ZTwo major shareholders of the US medical device manufacturer Masimo are up in arms about a clause in the contract that would give CEO Joe Kiani around $600 million if certain changes were made to the board. The second-largest US pension fund, CalSTRS, announced that it intends to join forces with activist investor Politan Capital to take legal action against the provision in Kiani’s contract. After that, he gets the money if he loses one of his two positions as CEO and chairman, the company appoints a special representative of the independent directors, or more than a third of the five board members are replaced within two years.
Masimo, a maker of medical monitoring equipment, is valued at over $9 billion on the stock market. Politan holds nine percent of the shares and is interested in a seat on the board, the most important company body under US corporate law with combined management and supervisory functions. Two of the board members are up for election at this year’s shareholders’ meeting.

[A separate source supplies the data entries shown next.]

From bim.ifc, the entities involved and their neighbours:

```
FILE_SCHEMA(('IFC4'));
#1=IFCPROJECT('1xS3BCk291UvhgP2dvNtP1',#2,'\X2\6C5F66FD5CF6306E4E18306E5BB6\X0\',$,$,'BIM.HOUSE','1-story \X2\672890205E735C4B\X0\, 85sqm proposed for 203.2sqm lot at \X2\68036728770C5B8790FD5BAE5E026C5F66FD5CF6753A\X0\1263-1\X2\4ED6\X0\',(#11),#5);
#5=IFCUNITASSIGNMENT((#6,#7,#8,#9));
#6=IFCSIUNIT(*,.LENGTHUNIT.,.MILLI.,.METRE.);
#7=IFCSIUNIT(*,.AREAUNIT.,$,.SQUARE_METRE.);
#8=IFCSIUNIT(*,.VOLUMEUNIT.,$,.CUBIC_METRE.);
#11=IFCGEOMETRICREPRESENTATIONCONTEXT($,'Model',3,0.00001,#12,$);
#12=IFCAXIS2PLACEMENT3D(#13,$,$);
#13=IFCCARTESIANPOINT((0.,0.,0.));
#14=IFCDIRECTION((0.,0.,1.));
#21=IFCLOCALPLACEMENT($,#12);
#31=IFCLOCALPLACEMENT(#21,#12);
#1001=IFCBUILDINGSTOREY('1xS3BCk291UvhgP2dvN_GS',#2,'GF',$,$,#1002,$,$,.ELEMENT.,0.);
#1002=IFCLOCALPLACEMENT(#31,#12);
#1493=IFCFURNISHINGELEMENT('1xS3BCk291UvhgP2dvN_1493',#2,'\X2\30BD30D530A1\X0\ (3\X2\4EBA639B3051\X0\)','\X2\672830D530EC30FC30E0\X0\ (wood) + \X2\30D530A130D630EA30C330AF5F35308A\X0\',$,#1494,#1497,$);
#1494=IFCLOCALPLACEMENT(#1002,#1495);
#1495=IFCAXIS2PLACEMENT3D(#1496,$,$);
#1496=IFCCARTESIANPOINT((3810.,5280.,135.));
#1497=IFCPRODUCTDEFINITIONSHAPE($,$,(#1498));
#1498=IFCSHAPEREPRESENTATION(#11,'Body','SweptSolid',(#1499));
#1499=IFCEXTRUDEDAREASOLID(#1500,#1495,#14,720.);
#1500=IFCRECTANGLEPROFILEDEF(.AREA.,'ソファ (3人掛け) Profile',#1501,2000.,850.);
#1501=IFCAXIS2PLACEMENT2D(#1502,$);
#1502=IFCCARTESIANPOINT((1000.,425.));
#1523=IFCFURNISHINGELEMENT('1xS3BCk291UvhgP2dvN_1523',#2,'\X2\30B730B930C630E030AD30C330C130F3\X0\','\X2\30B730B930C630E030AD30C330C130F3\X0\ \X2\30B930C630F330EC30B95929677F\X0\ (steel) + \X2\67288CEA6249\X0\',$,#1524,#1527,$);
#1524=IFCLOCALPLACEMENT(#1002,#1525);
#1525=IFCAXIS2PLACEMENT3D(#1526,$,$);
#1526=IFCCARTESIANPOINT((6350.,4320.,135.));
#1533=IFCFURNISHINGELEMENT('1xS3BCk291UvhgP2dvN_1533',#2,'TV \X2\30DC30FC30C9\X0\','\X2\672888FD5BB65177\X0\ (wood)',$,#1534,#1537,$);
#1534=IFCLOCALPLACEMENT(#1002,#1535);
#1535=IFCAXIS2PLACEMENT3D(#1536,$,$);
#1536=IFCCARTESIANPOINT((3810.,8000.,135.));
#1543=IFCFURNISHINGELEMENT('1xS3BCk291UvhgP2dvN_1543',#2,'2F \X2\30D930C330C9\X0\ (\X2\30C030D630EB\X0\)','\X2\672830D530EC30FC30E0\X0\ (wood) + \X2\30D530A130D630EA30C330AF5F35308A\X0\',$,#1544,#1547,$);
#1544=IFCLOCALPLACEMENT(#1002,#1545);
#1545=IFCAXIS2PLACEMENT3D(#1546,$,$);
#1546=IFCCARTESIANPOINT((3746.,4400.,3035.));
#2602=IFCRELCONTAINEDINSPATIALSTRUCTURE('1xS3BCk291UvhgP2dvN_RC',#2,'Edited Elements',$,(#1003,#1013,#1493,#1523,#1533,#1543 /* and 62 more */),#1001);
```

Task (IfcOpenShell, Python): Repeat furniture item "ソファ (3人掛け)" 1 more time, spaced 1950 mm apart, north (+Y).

```python
import numpy as np
import ifcopenshell
import ifcopenshell.api.geometry
import ifcopenshell.api.root
import ifcopenshell.util.element
import ifcopenshell.util.placement
import ifcopenshell.util.unit

model = ifcopenshell.open("bim.ifc")
unit_scale = ifcopenshell.util.unit.calculate_unit_scale(model)


def reuse_history(source, copy):
    """copy_class also copies each property set's owner history, people and application; keep the originals."""
    for rel in copy.IsDefinedBy:
        if rel.is_a("IfcRelDefinesByProperties") and (history := rel.RelatingPropertyDefinition.OwnerHistory):
            rel.RelatingPropertyDefinition.OwnerHistory = source.OwnerHistory
            ifcopenshell.util.element.remove_deep2(model, history)


source = model.by_id(1493)
base = ifcopenshell.util.placement.get_local_placement(source.ObjectPlacement)
step = np.array([0.0, 1.0, 0.0]) * 1.95 / unit_scale

for i in range(1, 2):
    copy = ifcopenshell.api.root.copy_class(model, product=source)
    copy.Representation = ifcopenshell.util.element.copy_deep(
        model, source.Representation, exclude=["IfcGeometricRepresentationContext", "IfcRepresentationMap"]
    )
    reuse_history(source, copy)
    matrix = base.copy()
    matrix[:3, 3] += i * step
    print("added at", matrix[:3, 3].round(3) + 0.0)
    ifcopenshell.api.geometry.edit_object_placement(model, product=copy, matrix=matrix, is_si=False)

model.write("bim-out.ifc")
```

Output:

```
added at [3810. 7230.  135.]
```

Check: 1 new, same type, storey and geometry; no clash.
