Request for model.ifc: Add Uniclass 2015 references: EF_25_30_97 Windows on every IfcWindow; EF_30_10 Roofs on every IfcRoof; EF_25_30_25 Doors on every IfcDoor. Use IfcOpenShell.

First a look at what the model holds.

```python
import ifcopenshell

model = ifcopenshell.open("model.ifc")
print(model.schema)
print("classifications:", [c.Name for c in model.by_type("IfcClassification")])
for ifc_class in ("IfcDoor", "IfcRoof", "IfcStair", "IfcWall", "IfcWindow"):
    print(ifc_class, len(model.by_type(ifc_class)))
```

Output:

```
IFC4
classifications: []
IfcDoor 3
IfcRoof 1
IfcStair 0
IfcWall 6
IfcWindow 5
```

```python
import ifcopenshell
import ifcopenshell.api.classification

model = ifcopenshell.open("model.ifc")

system = ifcopenshell.api.classification.add_classification(model, classification="Uniclass 2015")

codes = {
    "IfcWindow": ("EF_25_30_97", "Windows"),
    "IfcRoof": ("EF_30_10", "Roofs"),
    "IfcDoor": ("EF_25_30_25", "Doors"),
}
for ifc_class, (code, name) in codes.items():
    products = model.by_type(ifc_class)
    ifcopenshell.api.classification.add_reference(
        model, products=products, classification=system, identification=code, name=name
    )
    print(code, len(products))

model.write("model_rev.ifc")
```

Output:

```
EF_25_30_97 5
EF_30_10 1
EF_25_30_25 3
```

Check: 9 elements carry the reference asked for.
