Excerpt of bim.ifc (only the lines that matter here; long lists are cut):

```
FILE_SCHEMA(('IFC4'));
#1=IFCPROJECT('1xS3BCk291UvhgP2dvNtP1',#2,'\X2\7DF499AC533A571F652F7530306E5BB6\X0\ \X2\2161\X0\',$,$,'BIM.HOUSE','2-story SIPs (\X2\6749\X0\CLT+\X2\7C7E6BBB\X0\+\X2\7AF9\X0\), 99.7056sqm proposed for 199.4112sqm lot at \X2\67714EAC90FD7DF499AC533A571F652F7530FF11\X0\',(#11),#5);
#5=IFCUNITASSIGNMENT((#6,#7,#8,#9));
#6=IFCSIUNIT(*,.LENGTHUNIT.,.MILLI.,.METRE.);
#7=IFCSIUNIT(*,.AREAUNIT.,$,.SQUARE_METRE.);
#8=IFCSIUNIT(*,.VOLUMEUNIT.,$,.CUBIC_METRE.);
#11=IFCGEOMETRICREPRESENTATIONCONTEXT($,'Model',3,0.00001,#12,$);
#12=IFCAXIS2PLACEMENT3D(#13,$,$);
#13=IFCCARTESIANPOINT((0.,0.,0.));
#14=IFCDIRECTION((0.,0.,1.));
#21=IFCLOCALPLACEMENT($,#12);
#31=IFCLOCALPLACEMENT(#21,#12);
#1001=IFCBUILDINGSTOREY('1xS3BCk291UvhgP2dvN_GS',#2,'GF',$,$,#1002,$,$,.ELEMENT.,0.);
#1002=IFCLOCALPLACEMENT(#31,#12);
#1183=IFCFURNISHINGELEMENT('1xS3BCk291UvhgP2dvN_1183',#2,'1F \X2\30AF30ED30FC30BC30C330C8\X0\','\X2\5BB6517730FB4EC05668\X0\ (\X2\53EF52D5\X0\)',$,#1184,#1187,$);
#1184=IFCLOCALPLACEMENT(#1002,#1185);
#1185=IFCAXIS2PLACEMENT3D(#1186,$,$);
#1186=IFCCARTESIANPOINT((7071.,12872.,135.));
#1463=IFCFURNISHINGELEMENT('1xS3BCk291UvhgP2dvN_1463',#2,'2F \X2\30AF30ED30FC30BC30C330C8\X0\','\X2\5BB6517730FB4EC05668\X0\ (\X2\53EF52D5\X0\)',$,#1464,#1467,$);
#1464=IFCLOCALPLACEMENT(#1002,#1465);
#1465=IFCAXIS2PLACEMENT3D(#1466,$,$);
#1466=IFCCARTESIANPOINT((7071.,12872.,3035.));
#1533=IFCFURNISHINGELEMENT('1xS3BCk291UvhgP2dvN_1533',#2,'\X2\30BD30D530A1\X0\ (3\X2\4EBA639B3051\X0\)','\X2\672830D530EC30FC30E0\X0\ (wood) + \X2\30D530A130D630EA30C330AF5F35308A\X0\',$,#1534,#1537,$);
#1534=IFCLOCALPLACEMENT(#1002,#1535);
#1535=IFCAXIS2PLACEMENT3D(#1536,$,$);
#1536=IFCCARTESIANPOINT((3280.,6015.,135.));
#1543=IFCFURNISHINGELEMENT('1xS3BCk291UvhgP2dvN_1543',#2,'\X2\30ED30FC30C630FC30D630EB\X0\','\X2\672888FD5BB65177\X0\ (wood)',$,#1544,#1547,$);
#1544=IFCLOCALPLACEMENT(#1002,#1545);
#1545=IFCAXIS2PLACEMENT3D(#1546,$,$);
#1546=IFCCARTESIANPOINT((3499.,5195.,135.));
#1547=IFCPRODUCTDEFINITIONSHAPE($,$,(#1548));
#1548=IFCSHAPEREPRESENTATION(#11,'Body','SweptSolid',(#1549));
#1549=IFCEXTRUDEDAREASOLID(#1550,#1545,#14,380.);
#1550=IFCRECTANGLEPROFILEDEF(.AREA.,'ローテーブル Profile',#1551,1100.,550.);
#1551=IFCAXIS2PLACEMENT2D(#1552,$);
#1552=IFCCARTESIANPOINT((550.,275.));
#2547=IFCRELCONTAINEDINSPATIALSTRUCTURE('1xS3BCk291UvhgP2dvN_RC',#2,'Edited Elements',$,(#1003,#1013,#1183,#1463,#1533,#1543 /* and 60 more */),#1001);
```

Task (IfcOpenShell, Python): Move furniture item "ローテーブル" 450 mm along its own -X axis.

```python
import ifcopenshell
import ifcopenshell.api.geometry
import ifcopenshell.util.placement
import ifcopenshell.util.unit

model = ifcopenshell.open("bim.ifc")
unit_scale = ifcopenshell.util.unit.calculate_unit_scale(model)

item = model.by_guid("1xS3BCk291UvhgP2dvN_1543")
matrix = ifcopenshell.util.placement.get_local_placement(item.ObjectPlacement)
matrix[:3, 3] -= matrix[:3, 0] * 0.45 / unit_scale
ifcopenshell.api.geometry.edit_object_placement(model, product=item, matrix=matrix, is_si=False)

print(ifcopenshell.util.placement.get_local_placement(item.ObjectPlacement).round(3) + 0.0)

model.write("bim-out.ifc")
```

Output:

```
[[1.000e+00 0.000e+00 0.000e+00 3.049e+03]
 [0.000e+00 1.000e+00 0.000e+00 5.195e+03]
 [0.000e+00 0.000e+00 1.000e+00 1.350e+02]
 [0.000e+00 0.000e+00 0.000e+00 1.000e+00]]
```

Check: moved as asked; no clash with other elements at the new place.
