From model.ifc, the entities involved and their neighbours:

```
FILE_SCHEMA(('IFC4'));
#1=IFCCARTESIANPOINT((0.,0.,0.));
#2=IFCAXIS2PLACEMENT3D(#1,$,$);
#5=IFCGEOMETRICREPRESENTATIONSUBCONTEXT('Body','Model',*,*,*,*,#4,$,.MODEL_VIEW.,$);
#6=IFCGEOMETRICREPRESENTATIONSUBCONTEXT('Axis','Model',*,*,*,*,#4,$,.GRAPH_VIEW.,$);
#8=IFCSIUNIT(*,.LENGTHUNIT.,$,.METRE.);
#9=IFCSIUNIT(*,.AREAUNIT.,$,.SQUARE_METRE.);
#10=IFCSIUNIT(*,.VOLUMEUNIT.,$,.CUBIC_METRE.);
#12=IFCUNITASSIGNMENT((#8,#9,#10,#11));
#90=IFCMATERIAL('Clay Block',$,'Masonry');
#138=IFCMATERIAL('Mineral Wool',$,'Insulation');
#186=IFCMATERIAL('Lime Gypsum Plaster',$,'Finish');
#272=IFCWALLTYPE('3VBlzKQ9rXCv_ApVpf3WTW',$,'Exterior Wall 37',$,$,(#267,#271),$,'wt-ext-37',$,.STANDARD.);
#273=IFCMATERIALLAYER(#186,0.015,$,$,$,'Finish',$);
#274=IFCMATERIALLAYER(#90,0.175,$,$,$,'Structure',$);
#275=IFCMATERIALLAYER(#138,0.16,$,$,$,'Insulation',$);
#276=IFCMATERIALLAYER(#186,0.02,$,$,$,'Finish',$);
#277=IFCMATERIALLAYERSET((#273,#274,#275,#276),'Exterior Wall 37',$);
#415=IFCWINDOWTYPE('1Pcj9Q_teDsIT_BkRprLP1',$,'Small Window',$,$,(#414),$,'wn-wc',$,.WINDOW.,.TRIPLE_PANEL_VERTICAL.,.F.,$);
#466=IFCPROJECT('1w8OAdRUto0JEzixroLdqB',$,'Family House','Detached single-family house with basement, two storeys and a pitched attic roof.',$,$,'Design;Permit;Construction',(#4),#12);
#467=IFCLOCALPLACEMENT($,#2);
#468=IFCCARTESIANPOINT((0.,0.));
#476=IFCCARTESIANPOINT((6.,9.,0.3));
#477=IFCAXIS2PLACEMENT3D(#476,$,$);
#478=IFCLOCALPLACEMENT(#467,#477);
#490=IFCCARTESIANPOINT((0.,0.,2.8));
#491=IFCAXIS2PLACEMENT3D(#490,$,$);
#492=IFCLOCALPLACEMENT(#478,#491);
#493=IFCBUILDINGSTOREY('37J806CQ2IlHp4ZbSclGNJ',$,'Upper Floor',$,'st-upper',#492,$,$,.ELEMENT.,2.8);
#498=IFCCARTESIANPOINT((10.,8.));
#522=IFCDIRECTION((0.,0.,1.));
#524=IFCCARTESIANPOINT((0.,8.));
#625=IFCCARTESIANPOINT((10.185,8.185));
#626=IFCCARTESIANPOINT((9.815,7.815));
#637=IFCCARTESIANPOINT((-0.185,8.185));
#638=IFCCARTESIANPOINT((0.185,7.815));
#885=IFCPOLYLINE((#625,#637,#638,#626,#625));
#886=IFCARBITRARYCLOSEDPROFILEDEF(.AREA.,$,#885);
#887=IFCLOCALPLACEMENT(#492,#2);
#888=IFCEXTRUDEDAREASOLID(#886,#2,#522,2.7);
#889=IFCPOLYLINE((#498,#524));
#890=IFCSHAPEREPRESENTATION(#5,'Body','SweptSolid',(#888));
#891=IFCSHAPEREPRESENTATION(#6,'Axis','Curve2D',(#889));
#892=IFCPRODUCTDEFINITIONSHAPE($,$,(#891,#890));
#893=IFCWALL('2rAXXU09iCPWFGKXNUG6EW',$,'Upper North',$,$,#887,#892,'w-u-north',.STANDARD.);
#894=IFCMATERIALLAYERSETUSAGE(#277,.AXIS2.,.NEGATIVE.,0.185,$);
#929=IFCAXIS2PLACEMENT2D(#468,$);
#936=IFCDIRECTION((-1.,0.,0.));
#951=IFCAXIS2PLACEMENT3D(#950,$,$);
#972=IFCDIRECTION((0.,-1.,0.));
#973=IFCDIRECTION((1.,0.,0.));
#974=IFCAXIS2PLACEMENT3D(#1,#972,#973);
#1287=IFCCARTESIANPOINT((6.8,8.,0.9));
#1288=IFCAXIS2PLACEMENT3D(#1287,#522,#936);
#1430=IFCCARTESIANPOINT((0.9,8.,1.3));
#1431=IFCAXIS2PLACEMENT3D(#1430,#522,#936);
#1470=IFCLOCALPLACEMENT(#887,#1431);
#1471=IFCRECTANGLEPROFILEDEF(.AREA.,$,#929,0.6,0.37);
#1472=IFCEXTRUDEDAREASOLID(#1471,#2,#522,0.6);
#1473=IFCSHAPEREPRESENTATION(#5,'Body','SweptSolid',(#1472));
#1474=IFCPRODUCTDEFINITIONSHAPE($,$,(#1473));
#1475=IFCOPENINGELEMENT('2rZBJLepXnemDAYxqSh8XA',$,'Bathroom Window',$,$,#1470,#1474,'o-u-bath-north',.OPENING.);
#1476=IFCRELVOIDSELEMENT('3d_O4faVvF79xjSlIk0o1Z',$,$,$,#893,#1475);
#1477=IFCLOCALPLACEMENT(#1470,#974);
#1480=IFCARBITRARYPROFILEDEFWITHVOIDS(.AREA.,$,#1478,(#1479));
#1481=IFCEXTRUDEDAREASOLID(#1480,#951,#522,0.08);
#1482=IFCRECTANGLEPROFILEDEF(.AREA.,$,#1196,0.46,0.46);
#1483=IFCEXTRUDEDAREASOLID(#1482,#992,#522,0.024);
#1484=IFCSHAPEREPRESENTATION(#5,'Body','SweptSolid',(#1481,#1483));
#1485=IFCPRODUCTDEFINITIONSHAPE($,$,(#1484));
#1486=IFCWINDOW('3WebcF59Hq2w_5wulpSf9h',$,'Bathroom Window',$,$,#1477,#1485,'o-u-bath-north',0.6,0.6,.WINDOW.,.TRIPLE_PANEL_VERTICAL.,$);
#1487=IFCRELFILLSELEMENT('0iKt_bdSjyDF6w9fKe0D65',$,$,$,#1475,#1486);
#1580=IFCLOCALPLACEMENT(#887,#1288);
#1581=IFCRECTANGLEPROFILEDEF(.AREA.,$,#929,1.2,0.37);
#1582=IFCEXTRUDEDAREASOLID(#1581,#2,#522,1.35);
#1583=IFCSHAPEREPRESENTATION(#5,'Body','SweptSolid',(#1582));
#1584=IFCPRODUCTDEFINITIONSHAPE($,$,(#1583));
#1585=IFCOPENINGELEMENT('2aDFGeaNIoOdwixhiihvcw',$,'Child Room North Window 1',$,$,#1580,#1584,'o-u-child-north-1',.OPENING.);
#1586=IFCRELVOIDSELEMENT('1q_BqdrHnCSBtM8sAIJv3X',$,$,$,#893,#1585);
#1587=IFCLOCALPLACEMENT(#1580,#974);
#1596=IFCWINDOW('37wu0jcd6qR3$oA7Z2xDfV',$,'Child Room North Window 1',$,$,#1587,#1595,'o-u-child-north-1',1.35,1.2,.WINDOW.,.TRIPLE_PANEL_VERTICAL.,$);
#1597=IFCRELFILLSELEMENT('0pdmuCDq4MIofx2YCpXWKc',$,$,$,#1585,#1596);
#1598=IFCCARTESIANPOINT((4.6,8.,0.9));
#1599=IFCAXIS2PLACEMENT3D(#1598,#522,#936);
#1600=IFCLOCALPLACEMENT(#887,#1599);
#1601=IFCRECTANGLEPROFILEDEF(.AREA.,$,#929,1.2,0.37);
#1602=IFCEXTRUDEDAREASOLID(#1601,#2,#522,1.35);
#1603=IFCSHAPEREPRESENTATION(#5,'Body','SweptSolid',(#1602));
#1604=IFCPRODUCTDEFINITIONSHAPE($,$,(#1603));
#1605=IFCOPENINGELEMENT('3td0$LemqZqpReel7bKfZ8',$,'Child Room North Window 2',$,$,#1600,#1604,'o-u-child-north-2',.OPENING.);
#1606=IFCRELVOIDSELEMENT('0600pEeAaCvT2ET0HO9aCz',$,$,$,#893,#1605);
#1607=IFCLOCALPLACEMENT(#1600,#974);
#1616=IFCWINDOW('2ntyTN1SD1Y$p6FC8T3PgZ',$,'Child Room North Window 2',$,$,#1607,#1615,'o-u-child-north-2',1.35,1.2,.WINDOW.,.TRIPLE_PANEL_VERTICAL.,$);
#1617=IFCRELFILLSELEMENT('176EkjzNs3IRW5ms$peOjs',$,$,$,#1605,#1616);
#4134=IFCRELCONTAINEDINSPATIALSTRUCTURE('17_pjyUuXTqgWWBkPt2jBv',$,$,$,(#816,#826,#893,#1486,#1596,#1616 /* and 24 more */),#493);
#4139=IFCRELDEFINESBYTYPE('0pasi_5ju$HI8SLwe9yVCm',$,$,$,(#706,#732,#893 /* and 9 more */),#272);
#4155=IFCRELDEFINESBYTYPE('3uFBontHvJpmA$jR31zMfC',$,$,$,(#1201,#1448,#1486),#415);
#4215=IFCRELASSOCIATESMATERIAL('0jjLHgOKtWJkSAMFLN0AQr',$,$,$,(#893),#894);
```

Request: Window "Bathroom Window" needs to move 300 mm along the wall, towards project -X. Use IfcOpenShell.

```python
import ifcopenshell
import ifcopenshell.api.geometry
import ifcopenshell.util.placement
import ifcopenshell.util.unit

model = ifcopenshell.open("model.ifc")
unit_scale = ifcopenshell.util.unit.calculate_unit_scale(model)

window = model.by_guid("3WebcF59Hq2w_5wulpSf9h")
opening = window.FillsVoids[0].RelatingOpeningElement
wall = opening.VoidsElements[0].RelatingBuildingElement

wall_matrix = ifcopenshell.util.placement.get_local_placement(wall.ObjectPlacement)
shift = wall_matrix[:3, 0] * -0.3 / unit_scale
before = ifcopenshell.util.placement.get_local_placement(window.ObjectPlacement)[:3, 3].copy()

# The window is placed relative to its opening, so it follows when the opening moves.
matrix = ifcopenshell.util.placement.get_local_placement(opening.ObjectPlacement)
matrix[:3, 3] += shift
ifcopenshell.api.geometry.edit_object_placement(
    model, product=opening, matrix=matrix, is_si=False, should_transform_children=True
)

after = ifcopenshell.util.placement.get_local_placement(window.ObjectPlacement)[:3, 3]
print("window moved by", (after - before).round(3) + 0.0)

model.write("model_edited.ifc")
```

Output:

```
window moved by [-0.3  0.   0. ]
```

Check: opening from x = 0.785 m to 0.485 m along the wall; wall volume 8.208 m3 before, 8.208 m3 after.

California teachers’ pension fund CalSTRS is a sizeable investor with $311 billion in assets under management and has had a stake in Masimo for more than a decade. The agreement is not in the best interests of shareholders and could set a dangerous example, said Aeisha Mastagni, portfolio manager at CalSTRS.
Masimo explained that the controversial clause was decided seven years ago and made known to the shareholders. It had the desired effect because the value of the company had more than quadrupled under Kiani. A Delaware judge last month denied a motion by Masimo to dismiss the shareholder lawsuit. The judge spoke of an “amazing sum” that was earmarked for Kiani.